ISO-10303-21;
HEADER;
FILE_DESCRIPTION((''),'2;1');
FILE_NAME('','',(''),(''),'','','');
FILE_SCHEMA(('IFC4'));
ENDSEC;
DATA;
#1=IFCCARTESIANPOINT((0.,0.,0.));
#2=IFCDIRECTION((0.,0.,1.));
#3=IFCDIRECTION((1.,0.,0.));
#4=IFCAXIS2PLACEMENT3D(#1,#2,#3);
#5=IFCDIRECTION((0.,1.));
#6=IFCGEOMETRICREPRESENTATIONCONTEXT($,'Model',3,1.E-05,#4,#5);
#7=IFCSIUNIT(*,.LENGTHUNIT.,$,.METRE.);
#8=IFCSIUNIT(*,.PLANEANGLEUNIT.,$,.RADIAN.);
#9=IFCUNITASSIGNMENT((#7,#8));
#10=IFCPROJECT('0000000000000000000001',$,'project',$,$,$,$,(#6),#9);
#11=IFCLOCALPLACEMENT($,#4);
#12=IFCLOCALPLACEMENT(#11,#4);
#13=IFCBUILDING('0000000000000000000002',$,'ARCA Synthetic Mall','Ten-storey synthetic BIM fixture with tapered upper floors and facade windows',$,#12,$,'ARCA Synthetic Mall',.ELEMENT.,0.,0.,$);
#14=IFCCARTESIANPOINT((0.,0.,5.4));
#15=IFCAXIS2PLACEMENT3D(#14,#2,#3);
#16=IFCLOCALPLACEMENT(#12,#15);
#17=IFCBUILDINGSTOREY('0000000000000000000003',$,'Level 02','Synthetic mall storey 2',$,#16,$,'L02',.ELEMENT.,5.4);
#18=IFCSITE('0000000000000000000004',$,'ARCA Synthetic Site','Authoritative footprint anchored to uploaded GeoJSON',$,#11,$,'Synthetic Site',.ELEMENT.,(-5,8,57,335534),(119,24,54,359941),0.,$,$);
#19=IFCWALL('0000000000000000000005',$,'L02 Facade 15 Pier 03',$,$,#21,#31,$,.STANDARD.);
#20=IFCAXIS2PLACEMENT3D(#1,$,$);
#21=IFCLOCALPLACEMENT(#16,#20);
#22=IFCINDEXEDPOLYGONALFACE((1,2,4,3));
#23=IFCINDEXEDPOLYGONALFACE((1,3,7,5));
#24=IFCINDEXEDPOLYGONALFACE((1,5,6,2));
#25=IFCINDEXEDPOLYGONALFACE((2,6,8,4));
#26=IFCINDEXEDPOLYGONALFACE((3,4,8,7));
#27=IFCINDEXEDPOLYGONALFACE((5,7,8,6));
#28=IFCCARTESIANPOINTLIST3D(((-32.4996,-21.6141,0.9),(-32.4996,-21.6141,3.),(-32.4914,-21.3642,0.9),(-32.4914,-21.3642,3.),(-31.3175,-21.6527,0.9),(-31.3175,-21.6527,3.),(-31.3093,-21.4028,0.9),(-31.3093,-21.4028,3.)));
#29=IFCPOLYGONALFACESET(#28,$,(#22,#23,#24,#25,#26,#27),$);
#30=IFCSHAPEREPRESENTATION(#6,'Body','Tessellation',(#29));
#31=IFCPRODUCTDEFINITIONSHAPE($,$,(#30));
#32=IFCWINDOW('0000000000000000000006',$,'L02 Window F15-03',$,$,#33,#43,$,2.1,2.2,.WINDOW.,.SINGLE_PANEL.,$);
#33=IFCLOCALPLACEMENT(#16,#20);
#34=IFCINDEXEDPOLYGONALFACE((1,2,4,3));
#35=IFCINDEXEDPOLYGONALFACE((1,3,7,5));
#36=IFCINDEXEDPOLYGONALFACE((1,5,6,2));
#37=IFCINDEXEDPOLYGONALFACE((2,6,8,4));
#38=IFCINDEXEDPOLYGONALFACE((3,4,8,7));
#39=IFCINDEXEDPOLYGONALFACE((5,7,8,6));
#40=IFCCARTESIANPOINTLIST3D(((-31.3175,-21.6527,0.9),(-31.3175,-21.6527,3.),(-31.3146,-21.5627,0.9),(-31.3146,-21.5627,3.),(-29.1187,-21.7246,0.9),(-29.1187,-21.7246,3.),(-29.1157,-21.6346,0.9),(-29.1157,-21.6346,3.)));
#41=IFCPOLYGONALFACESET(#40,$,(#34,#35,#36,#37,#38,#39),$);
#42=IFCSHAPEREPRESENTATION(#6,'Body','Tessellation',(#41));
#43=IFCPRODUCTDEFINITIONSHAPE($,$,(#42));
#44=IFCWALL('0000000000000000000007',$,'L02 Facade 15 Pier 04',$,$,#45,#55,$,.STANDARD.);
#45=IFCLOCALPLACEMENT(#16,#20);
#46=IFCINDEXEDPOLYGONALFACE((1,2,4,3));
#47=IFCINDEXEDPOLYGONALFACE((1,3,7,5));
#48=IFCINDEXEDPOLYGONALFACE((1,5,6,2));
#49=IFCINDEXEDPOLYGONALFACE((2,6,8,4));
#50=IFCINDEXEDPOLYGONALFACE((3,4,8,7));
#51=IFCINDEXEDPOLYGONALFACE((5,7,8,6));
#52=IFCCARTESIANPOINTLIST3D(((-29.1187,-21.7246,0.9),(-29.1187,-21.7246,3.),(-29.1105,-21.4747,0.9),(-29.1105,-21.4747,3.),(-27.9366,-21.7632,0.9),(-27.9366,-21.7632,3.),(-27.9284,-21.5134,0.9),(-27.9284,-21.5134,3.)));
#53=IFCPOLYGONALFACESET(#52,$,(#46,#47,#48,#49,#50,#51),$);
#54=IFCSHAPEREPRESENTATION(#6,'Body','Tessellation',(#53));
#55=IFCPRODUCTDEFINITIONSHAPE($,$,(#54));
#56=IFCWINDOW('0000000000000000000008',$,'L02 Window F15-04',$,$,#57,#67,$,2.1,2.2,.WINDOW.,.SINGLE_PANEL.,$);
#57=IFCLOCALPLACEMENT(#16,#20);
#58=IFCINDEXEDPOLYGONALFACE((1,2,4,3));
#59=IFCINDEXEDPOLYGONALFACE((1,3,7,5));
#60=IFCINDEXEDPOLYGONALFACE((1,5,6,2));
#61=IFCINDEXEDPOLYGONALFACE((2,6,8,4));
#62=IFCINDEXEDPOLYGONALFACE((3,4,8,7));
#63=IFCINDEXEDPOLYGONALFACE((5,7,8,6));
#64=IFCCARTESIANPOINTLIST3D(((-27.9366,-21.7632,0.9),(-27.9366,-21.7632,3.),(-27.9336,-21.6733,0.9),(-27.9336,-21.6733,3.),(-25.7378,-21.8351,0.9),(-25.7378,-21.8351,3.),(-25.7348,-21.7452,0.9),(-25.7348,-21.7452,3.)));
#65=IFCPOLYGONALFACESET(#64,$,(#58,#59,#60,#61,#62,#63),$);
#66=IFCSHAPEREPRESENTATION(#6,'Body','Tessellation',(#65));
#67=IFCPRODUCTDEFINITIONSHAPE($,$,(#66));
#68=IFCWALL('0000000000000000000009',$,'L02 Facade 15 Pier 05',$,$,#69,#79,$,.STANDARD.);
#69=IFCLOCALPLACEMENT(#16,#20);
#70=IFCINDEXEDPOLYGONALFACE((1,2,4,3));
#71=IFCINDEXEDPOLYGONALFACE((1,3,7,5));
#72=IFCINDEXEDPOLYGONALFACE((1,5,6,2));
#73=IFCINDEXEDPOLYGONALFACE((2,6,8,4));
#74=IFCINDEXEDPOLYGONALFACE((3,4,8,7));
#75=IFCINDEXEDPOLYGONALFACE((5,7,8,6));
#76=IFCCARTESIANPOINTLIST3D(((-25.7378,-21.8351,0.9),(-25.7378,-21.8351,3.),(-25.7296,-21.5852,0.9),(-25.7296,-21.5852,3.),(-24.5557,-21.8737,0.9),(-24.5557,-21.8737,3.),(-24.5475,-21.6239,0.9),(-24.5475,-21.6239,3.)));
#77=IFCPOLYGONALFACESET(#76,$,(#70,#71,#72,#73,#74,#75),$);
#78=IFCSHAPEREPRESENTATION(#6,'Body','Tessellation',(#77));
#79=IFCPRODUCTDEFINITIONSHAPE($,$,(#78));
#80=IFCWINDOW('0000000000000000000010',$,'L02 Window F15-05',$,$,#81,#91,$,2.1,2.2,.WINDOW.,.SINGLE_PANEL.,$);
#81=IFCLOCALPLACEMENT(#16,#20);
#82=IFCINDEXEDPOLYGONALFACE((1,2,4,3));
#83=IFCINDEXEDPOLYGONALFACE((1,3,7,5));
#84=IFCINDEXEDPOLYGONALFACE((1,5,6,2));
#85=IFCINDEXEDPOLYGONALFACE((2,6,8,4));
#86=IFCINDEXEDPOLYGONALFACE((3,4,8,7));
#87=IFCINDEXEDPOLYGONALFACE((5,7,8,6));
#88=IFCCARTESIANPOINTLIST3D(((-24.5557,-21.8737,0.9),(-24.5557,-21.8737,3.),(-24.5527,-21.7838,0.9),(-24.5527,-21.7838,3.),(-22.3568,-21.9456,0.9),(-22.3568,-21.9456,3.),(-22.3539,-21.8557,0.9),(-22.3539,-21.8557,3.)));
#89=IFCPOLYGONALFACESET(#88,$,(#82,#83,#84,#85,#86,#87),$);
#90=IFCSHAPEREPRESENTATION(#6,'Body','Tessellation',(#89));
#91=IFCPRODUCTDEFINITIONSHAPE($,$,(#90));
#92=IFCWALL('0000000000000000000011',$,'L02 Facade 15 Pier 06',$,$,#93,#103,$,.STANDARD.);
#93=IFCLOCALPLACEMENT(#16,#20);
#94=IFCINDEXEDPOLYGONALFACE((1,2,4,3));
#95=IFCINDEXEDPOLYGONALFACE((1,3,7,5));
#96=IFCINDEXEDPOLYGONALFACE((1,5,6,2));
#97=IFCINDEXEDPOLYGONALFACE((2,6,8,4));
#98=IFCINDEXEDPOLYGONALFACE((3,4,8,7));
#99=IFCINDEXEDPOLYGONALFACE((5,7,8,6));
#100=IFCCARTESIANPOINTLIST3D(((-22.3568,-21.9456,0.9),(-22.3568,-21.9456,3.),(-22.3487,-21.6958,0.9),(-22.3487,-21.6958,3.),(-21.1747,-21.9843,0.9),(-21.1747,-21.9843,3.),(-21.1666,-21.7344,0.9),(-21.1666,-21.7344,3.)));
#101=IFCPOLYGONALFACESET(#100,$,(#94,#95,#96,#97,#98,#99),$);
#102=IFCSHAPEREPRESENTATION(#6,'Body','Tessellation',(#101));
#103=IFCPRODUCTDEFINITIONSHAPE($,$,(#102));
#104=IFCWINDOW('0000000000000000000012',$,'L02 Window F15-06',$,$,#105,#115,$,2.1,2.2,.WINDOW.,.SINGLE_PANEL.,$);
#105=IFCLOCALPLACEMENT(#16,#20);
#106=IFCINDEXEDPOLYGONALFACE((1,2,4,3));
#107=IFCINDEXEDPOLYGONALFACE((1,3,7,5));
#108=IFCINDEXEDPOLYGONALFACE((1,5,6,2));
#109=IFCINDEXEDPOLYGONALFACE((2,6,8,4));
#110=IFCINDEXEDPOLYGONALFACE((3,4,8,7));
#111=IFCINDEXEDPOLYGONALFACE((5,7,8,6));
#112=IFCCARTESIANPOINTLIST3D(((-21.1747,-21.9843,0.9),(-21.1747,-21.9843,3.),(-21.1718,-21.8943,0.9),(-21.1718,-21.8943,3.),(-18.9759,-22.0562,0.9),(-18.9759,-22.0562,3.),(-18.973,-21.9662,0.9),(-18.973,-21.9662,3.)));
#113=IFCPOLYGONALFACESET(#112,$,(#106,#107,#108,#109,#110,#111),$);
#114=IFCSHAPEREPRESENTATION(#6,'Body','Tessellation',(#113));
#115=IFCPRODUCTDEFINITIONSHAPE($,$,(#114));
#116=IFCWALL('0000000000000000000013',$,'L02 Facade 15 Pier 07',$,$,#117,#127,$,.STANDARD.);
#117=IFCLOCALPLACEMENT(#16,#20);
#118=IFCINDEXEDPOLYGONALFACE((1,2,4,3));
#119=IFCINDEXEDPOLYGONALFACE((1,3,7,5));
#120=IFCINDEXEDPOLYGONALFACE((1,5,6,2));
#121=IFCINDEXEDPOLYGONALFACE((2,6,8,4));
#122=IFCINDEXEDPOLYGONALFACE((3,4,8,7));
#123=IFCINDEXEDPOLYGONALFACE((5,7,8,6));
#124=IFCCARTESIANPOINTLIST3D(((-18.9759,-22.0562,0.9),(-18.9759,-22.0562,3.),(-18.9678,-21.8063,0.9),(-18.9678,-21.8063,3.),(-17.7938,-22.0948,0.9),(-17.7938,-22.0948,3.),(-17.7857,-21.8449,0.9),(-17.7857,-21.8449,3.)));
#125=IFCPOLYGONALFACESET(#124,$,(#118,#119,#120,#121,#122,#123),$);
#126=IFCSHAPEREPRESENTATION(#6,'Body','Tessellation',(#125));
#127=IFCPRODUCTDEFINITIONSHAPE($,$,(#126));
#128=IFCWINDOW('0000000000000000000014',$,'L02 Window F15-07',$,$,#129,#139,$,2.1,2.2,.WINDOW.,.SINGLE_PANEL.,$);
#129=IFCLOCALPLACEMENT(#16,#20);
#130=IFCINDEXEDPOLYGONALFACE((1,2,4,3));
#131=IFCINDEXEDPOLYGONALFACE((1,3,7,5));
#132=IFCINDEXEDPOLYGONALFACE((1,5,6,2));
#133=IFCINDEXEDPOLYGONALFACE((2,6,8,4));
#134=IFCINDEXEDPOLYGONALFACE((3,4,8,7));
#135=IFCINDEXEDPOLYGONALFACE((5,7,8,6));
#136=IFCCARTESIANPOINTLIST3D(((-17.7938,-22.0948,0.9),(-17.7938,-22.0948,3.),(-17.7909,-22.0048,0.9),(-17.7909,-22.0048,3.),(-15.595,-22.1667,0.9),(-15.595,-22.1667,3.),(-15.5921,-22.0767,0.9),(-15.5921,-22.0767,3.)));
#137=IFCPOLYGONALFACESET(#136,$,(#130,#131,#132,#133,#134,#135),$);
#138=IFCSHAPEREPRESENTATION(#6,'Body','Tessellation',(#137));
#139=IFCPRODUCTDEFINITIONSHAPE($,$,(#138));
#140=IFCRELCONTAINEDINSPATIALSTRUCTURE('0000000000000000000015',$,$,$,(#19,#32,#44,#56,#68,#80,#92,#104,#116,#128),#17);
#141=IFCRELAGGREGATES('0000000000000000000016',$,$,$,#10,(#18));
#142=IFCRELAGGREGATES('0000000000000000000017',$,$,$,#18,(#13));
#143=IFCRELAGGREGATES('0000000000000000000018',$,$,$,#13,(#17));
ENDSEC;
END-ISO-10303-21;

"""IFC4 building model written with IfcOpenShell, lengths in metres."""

from ifc_helpers import new_model, si_unit, direction, frame, origin_with_axes, place, context, project, spatial, polyline, outline, extrude, element, save


model = new_model("IFC4")

# Units and contexts
model_context = context("Model", 3, precision=1e-05, world=origin_with_axes(), true_north=direction((0.0, 1.0)))
ifc_project = project(units=[si_unit("LENGTHUNIT", "METRE"), si_unit("PLANEANGLEUNIT", "RADIAN")], contexts=[model_context])

# Site, building, storey
site_placement = place(None, origin_with_axes())
site = spatial("IfcSite", under=ifc_project, at=site_placement, Name="ARCA Synthetic Site", Description="Authoritative footprint anchored to uploaded GeoJSON", LongName="Synthetic Site", CompositionType="ELEMENT", RefLatitude=(-5, 8, 57, 335534), RefLongitude=(119, 24, 54, 359941), RefElevation=0.0)
building_placement = place(site_placement, origin_with_axes())
building = spatial("IfcBuilding", under=site, at=building_placement, Name="ARCA Synthetic Mall", Description="Ten-storey synthetic BIM fixture with tapered upper floors and facade windows", LongName="ARCA Synthetic Mall", CompositionType="ELEMENT", ElevationOfRefHeight=0.0, ElevationOfTerrain=0.0)
storey_placement = place(building_placement, frame((0.0, 0.0, 5.4), z_axis=(0.0, 0.0, 1.0), x_axis=(1.0, 0.0, 0.0)))
storey = spatial("IfcBuildingStorey", under=building, at=storey_placement, Name="Level 02", Description="Synthetic mall storey 2", LongName="L02", CompositionType="ELEMENT", Elevation=5.4)

# Wall
wall_1_placement = place(storey_placement, frame((0.0, 0.0, 0.9), z_axis=(0.0, 0.0, 1.0), x_axis=(1.0, 0.0, 0.0)))
element("IfcWall", 1, at=wall_1_placement, inside=storey, Name="L02 Facade 15 Pier 03", PredefinedType="STANDARD", context=model_context, shape_type="SweptSolid", body=[
    extrude(outline(polyline([(-32.4996, -21.6141), (-31.3175, -21.6527), (-31.3093, -21.4028), (-32.4914, -21.3642), (-32.4996, -21.6141)])), origin_with_axes(), (0.0, 0.0, 1.0), 2.1),
])

# Window
window_1_placement = place(storey_placement, frame((0.0, 0.0, 0.9), z_axis=(0.0, 0.0, 1.0), x_axis=(1.0, 0.0, 0.0)))
element("IfcWindow", 2, at=window_1_placement, inside=storey, Name="L02 Window F15-03", OverallHeight=2.1, OverallWidth=2.2, PartitioningType="SINGLE_PANEL", PredefinedType="WINDOW", context=model_context, shape_type="SweptSolid", body=[
    extrude(outline(polyline([(-31.3175, -21.6527), (-29.1187, -21.7246), (-29.1157, -21.6346), (-31.3146, -21.5627), (-31.3175, -21.6527)])), origin_with_axes(), (0.0, 0.0, 1.0), 2.1),
])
----------------------------------------
- [Work to be completed]: In the listing above, find the line containing "#91=IFCPRODUCTDEFINITIONSHAPE($,$,(#90));" and the line containing "#101=IFCPOLYGONALFACESET(#100,$,(#94,#95,#96,#97,#98,#99),$);", then repeat those two lines and everything between them exactly.

- [Solution]:
#91=IFCPRODUCTDEFINITIONSHAPE($,$,(#90));
#92=IFCWALL('0000000000000000000011',$,'L02 Facade 15 Pier 06',$,$,#93,#103,$,.STANDARD.);
#93=IFCLOCALPLACEMENT(#16,#20);
#94=IFCINDEXEDPOLYGONALFACE((1,2,4,3));
#95=IFCINDEXEDPOLYGONALFACE((1,3,7,5));
#96=IFCINDEXEDPOLYGONALFACE((1,5,6,2));
#97=IFCINDEXEDPOLYGONALFACE((2,6,8,4));
#98=IFCINDEXEDPOLYGONALFACE((3,4,8,7));
#99=IFCINDEXEDPOLYGONALFACE((5,7,8,6));
#100=IFCCARTESIANPOINTLIST3D(((-22.3568,-21.9456,0.9),(-22.3568,-21.9456,3.),(-22.3487,-21.6958,0.9),(-22.3487,-21.6958,3.),(-21.1747,-21.9843,0.9),(-21.1747,-21.9843,3.),(-21.1666,-21.7344,0.9),(-21.1666,-21.7344,3.)));
#101=IFCPOLYGONALFACESET(#100,$,(#94,#95,#96,#97,#98,#99),$);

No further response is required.